Task directions:
Whenever a line in the listing contains "neighbours", copy that line.

Information supplied:
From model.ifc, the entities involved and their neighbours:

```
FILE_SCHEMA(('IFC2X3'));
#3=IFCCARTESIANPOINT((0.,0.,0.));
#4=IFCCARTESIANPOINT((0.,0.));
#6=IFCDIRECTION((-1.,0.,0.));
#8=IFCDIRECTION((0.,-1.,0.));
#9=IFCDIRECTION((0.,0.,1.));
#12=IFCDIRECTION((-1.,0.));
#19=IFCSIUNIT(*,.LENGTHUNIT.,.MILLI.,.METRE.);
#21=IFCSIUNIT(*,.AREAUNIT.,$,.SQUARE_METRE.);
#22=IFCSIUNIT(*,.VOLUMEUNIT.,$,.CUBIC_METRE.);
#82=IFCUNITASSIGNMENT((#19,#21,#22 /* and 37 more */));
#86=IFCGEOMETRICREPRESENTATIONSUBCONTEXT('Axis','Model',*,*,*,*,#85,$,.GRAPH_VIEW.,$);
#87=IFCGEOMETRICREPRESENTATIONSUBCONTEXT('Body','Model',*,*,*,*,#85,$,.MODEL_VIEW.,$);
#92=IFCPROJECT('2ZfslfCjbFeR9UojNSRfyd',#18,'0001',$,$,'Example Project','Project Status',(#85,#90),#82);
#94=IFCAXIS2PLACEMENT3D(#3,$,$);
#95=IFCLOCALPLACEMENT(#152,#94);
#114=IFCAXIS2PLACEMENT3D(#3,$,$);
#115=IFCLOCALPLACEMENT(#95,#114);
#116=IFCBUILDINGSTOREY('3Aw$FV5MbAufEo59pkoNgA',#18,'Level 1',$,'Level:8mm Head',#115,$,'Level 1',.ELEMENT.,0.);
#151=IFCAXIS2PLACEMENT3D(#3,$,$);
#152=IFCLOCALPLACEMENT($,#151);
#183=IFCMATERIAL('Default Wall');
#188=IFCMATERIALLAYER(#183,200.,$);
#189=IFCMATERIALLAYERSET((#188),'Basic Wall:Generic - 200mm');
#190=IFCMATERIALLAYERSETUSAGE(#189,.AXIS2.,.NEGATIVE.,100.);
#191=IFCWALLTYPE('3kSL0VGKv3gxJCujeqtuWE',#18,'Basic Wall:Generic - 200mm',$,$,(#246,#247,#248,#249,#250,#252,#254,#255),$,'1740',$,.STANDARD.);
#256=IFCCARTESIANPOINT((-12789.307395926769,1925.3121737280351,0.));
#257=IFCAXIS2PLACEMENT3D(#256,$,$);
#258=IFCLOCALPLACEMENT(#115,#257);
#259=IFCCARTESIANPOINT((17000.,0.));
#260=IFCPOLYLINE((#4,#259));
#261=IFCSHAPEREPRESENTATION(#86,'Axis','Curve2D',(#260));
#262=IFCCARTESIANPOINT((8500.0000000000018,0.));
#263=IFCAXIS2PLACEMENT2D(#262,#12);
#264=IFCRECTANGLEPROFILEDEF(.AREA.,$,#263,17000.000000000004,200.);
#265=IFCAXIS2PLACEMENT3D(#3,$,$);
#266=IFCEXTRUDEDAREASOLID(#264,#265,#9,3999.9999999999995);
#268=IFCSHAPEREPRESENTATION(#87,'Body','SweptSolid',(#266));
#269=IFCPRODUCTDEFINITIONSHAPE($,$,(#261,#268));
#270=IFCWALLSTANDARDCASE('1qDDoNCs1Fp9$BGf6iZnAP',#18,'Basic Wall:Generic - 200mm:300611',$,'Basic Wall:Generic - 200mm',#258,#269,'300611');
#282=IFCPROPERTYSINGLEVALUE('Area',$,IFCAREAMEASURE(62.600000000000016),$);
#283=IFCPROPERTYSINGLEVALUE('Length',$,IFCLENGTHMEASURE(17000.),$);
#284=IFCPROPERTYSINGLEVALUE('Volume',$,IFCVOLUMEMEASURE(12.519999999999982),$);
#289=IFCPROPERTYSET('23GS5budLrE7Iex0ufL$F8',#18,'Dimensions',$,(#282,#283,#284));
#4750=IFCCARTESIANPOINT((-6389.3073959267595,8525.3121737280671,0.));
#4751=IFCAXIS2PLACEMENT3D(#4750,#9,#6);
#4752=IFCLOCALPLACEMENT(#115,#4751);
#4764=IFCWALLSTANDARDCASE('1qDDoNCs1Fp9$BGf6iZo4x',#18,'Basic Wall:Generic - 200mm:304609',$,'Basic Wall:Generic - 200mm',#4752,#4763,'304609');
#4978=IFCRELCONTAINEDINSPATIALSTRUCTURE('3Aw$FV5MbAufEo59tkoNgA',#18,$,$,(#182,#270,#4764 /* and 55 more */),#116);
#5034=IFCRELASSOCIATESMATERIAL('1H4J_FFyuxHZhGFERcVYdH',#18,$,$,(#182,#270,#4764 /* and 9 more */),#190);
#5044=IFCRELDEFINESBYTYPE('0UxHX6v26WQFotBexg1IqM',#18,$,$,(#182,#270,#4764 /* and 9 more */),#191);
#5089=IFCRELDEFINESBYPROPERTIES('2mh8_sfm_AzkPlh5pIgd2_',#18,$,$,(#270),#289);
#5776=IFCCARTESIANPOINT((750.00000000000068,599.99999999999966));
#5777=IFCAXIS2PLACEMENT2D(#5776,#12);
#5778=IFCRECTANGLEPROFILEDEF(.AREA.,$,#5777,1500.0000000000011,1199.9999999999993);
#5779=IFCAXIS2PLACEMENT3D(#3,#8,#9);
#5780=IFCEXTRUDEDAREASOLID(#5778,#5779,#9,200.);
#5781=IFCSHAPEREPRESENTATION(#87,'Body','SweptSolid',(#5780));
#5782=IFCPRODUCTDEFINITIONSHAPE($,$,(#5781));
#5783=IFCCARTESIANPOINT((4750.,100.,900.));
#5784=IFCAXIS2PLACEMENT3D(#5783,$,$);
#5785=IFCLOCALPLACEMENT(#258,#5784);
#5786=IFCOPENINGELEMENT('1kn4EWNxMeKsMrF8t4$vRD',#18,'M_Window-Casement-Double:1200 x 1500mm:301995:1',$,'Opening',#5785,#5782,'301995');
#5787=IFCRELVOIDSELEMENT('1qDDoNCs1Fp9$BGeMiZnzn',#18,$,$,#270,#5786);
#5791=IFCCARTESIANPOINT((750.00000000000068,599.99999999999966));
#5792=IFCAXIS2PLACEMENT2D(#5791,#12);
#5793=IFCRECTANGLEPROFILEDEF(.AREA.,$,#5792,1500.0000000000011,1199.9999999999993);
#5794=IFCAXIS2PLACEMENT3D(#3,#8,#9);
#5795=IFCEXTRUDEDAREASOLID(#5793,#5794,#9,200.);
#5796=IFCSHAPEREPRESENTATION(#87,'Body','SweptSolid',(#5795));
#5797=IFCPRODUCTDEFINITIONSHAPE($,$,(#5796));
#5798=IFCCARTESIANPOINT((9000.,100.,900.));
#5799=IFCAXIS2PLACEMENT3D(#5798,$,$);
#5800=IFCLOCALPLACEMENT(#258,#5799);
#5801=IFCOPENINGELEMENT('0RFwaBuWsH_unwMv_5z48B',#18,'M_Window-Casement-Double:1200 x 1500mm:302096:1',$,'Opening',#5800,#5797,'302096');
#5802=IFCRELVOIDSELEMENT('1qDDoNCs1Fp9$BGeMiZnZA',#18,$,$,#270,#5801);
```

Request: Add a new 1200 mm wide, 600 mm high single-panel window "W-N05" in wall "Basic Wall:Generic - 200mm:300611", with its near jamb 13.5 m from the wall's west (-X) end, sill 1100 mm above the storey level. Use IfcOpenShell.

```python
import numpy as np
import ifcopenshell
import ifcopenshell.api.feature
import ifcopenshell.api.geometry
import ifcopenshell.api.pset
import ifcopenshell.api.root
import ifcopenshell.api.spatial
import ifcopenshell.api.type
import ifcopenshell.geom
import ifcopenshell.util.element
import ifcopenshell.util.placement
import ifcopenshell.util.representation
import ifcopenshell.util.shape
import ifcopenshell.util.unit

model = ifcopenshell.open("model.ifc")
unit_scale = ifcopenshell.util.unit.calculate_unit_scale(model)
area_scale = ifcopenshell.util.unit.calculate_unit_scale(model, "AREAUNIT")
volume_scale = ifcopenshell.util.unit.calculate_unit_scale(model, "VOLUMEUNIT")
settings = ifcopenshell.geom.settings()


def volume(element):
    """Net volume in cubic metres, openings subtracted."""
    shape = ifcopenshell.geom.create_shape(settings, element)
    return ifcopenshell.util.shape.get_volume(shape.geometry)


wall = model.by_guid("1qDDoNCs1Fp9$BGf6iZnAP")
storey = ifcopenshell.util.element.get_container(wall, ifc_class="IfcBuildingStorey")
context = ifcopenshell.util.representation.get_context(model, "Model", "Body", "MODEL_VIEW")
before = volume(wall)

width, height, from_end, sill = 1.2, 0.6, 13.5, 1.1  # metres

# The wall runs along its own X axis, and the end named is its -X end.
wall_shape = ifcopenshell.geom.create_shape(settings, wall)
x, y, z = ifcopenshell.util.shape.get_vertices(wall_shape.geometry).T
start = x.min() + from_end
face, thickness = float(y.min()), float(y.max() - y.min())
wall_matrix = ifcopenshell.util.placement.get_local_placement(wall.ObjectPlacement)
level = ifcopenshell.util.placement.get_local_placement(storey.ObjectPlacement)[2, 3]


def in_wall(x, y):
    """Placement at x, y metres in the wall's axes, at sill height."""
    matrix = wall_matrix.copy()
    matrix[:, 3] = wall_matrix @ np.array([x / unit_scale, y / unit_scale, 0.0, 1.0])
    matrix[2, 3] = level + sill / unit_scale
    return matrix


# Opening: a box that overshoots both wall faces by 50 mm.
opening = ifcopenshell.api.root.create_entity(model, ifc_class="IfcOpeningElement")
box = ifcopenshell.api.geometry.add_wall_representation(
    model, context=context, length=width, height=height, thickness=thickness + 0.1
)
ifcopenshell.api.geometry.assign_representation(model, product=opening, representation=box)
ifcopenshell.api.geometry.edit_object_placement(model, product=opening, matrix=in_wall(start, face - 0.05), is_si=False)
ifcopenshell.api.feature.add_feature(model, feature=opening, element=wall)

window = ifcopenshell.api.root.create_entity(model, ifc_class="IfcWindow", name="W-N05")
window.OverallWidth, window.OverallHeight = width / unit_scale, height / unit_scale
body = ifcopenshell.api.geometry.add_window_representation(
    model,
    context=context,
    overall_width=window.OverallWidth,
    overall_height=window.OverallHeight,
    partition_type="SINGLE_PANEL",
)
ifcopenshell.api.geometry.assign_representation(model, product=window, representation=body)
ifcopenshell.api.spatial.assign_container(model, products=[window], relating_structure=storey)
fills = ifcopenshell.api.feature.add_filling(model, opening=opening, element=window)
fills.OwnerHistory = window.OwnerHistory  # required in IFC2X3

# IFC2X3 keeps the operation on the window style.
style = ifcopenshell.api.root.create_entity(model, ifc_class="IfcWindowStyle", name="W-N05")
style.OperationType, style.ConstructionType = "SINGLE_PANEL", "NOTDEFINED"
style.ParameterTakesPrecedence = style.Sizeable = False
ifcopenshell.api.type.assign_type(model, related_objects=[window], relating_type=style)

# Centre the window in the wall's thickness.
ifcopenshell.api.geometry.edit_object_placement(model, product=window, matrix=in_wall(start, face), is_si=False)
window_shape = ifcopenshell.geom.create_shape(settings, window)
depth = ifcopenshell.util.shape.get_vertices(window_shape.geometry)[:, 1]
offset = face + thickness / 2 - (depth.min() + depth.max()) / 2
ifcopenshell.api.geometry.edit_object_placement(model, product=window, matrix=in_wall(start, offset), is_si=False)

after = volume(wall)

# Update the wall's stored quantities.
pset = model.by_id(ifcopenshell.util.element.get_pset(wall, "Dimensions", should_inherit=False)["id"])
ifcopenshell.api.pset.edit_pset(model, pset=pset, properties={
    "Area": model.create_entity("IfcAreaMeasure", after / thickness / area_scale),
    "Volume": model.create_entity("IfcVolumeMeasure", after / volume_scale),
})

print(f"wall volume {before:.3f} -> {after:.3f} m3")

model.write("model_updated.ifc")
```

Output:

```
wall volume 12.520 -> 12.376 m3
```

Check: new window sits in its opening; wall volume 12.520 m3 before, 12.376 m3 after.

==

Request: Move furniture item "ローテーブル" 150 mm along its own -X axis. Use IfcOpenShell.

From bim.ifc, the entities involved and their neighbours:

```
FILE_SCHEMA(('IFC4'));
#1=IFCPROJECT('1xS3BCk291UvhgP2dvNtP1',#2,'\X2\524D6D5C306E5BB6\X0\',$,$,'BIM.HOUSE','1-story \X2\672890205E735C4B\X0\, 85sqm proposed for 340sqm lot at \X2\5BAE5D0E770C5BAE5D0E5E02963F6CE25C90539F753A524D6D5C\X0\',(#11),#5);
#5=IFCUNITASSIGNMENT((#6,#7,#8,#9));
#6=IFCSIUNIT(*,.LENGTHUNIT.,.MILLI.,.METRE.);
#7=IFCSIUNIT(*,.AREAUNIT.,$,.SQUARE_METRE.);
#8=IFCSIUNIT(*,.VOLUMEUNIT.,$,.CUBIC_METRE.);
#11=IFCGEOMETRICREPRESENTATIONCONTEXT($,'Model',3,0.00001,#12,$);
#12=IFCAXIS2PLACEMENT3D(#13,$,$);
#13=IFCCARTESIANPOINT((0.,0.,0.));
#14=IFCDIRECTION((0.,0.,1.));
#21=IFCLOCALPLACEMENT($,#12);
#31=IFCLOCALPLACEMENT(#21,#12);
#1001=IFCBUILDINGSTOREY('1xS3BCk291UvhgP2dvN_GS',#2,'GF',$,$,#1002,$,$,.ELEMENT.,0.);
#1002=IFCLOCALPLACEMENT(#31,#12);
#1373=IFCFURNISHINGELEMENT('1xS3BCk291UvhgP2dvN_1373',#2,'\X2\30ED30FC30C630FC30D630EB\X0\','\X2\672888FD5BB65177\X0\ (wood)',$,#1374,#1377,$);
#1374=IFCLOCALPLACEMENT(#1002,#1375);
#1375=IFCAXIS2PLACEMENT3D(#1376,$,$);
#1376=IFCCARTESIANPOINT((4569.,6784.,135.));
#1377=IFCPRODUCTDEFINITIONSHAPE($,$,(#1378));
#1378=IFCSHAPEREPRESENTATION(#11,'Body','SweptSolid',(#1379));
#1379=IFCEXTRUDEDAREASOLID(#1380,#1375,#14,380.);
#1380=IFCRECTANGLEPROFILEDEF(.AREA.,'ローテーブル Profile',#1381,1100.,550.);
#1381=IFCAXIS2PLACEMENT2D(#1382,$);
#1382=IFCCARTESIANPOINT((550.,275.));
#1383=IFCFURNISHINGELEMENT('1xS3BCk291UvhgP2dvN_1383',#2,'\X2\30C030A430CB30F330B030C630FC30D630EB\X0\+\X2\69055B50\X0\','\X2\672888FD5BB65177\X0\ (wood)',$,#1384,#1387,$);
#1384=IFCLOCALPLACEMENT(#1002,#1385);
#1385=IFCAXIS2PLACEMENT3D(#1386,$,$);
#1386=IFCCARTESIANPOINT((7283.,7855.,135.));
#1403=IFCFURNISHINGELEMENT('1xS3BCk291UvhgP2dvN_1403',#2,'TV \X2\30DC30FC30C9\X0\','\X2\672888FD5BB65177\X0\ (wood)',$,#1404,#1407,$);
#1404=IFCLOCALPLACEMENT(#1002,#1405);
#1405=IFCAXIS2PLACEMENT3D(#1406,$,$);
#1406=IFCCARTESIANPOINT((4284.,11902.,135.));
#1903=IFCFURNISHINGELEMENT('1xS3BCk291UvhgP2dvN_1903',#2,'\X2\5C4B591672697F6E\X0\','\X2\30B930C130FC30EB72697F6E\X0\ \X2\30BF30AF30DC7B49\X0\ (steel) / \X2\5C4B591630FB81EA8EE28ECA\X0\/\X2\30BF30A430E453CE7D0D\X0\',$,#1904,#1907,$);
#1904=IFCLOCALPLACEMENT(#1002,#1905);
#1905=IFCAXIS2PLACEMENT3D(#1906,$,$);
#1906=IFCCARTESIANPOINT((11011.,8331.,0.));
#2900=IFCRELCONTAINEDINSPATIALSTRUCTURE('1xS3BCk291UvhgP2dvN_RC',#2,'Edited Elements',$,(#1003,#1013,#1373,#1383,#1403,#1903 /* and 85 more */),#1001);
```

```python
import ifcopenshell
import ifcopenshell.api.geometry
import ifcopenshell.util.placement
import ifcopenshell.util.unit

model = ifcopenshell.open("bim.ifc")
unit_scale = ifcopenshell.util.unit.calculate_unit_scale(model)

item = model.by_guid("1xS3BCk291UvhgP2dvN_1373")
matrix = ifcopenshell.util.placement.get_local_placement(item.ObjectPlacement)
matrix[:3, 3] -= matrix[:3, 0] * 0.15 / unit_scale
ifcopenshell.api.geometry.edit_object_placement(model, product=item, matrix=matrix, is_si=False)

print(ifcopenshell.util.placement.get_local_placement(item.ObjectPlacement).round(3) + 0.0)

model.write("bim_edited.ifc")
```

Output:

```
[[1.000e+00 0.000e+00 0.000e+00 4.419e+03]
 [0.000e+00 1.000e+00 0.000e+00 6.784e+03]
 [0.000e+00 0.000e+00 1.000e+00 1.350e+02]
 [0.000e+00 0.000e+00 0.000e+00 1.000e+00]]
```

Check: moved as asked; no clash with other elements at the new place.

Answer box:
From model.ifc, the entities involved and their neighbours:
From bim.ifc, the entities involved and their neighbours:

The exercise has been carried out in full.